* [DESCRIPTION OF THE TASK]
From the line below that contains "-24, -290771), RefElevation=0.0)" to the line that contains "frame((0.0, 0.0, -0.2)))", repeat every line exactly, both ends included, and nothing else.

* [RECORDS SHOWN]
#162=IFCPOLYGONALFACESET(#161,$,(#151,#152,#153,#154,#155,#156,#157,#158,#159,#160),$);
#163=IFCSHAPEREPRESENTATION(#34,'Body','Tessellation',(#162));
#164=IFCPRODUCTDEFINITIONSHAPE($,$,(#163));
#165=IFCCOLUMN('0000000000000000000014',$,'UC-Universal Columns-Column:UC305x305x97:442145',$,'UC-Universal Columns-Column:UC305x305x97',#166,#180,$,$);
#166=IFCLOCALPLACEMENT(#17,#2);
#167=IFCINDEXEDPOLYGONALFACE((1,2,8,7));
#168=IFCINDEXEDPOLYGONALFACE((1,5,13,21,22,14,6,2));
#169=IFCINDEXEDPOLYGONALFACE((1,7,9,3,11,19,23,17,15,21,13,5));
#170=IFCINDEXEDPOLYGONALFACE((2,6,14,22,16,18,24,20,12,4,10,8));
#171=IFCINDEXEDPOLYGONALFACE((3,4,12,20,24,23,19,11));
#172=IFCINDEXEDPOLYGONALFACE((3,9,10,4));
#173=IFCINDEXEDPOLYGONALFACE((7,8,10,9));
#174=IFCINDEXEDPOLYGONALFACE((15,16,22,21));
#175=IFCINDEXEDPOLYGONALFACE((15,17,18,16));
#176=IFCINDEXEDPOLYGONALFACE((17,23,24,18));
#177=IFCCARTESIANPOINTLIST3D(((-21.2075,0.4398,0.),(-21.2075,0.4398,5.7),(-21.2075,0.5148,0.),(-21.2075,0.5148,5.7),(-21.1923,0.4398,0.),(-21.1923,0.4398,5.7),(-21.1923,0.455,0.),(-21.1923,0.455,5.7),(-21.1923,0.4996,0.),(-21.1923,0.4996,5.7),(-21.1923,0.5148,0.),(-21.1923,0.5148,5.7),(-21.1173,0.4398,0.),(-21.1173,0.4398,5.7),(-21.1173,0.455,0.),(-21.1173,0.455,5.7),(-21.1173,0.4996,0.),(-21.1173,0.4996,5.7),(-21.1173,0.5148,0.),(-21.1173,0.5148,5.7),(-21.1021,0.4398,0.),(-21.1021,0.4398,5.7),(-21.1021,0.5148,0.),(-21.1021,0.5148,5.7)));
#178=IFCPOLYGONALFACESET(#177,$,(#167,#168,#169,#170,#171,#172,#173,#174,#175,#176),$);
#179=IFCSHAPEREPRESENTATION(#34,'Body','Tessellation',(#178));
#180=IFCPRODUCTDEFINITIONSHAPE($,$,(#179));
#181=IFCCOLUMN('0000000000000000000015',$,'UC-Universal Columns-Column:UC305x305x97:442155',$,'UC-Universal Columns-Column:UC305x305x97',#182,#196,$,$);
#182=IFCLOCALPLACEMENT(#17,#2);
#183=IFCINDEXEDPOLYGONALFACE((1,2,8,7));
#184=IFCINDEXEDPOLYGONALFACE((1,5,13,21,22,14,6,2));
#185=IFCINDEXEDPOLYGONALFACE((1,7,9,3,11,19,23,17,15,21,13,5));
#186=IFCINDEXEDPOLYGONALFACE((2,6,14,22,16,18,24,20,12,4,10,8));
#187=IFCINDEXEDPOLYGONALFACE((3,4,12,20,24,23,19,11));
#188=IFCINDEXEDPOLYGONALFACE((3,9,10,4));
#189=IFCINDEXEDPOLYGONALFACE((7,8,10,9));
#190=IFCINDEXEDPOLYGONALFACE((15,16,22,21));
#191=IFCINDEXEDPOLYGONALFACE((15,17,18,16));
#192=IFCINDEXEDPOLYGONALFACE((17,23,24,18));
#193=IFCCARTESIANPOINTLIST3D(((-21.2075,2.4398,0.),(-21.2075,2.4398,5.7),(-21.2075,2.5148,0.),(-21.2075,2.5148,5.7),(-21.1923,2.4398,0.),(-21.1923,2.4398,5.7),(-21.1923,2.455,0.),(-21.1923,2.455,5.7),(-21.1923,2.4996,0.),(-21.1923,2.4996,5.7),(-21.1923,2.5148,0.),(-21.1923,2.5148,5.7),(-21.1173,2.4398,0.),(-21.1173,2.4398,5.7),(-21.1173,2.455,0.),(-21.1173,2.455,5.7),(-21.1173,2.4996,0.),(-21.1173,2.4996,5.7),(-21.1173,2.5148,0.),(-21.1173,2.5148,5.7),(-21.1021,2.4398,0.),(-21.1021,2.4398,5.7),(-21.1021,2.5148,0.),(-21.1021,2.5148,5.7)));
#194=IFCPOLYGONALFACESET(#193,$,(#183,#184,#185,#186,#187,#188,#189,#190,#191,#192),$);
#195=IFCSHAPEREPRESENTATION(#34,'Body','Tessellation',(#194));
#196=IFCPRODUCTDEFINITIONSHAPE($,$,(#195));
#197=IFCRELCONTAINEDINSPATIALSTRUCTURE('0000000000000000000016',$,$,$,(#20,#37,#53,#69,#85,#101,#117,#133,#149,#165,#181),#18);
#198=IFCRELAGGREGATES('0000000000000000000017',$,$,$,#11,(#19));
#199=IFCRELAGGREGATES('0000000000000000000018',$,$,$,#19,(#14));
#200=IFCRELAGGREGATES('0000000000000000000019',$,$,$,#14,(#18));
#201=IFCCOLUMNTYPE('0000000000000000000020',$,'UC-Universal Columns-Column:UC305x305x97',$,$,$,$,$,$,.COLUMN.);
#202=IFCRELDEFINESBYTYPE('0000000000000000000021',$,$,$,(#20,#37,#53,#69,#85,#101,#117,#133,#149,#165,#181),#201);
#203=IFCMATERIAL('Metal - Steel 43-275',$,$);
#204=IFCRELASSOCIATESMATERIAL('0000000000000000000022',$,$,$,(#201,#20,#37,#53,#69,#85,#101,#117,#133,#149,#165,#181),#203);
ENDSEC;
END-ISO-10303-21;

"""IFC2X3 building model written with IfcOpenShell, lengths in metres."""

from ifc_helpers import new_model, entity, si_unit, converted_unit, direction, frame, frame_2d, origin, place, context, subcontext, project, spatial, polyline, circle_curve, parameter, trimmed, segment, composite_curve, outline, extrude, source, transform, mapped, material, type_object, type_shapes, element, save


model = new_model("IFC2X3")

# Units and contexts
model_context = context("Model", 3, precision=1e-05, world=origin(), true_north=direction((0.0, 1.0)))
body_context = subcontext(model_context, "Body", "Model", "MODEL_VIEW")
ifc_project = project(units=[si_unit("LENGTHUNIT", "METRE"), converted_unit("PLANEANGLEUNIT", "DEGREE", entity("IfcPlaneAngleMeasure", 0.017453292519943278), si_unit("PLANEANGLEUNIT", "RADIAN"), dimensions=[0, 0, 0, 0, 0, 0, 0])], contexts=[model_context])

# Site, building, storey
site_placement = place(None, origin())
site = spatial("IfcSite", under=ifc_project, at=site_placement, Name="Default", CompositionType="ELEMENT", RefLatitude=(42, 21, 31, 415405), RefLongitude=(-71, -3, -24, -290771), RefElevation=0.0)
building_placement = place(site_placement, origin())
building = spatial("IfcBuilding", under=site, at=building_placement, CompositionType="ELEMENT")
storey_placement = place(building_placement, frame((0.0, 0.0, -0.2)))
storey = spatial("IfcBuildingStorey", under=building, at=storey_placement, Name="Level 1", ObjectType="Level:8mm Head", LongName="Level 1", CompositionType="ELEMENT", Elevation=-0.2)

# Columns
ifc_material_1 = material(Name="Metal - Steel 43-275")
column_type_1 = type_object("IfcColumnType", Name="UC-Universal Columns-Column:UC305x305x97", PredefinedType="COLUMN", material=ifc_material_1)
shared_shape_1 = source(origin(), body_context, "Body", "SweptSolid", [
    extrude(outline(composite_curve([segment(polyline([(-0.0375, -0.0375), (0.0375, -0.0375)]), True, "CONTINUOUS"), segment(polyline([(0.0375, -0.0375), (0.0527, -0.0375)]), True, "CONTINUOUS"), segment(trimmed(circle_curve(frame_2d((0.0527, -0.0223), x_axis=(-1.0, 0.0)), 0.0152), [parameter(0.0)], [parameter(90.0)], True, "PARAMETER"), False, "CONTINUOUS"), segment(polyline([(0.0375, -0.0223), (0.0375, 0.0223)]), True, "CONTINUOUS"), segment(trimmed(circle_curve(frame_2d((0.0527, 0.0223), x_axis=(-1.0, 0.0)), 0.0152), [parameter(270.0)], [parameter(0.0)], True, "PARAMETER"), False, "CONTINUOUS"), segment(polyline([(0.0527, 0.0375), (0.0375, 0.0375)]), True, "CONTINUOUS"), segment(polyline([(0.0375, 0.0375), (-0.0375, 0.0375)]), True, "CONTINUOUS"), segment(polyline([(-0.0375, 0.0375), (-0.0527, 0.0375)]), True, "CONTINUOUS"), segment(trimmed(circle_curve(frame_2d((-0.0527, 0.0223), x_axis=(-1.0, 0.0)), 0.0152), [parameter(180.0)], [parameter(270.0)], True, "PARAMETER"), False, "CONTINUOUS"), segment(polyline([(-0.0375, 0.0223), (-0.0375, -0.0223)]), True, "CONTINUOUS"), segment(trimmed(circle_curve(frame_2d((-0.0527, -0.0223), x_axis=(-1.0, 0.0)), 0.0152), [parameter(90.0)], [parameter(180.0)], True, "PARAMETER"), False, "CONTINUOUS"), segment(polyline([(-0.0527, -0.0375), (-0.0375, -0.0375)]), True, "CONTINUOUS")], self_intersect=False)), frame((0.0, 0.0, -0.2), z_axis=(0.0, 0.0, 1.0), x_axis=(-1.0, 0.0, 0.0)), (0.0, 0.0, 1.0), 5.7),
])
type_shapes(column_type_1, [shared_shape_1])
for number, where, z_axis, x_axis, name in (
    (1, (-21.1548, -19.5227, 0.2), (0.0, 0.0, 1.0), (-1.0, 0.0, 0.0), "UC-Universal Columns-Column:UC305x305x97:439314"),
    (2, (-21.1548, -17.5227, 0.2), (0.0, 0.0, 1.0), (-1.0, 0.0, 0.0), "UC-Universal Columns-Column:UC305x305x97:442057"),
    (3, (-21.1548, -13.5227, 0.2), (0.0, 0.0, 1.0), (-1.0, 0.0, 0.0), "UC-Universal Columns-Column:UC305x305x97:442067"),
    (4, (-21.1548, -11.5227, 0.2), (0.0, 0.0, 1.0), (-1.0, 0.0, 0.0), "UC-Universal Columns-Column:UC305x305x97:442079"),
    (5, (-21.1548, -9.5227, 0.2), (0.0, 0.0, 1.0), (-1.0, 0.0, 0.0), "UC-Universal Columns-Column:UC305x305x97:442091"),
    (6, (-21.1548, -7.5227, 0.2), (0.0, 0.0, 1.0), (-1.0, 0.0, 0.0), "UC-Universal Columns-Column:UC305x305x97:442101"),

* [TASK ANSWER]
site = spatial("IfcSite", under=ifc_project, at=site_placement, Name="Default", CompositionType="ELEMENT", RefLatitude=(42, 21, 31, 415405), RefLongitude=(-71, -3, -24, -290771), RefElevation=0.0)
building_placement = place(site_placement, origin())
building = spatial("IfcBuilding", under=site, at=building_placement, CompositionType="ELEMENT")
storey_placement = place(building_placement, frame((0.0, 0.0, -0.2)))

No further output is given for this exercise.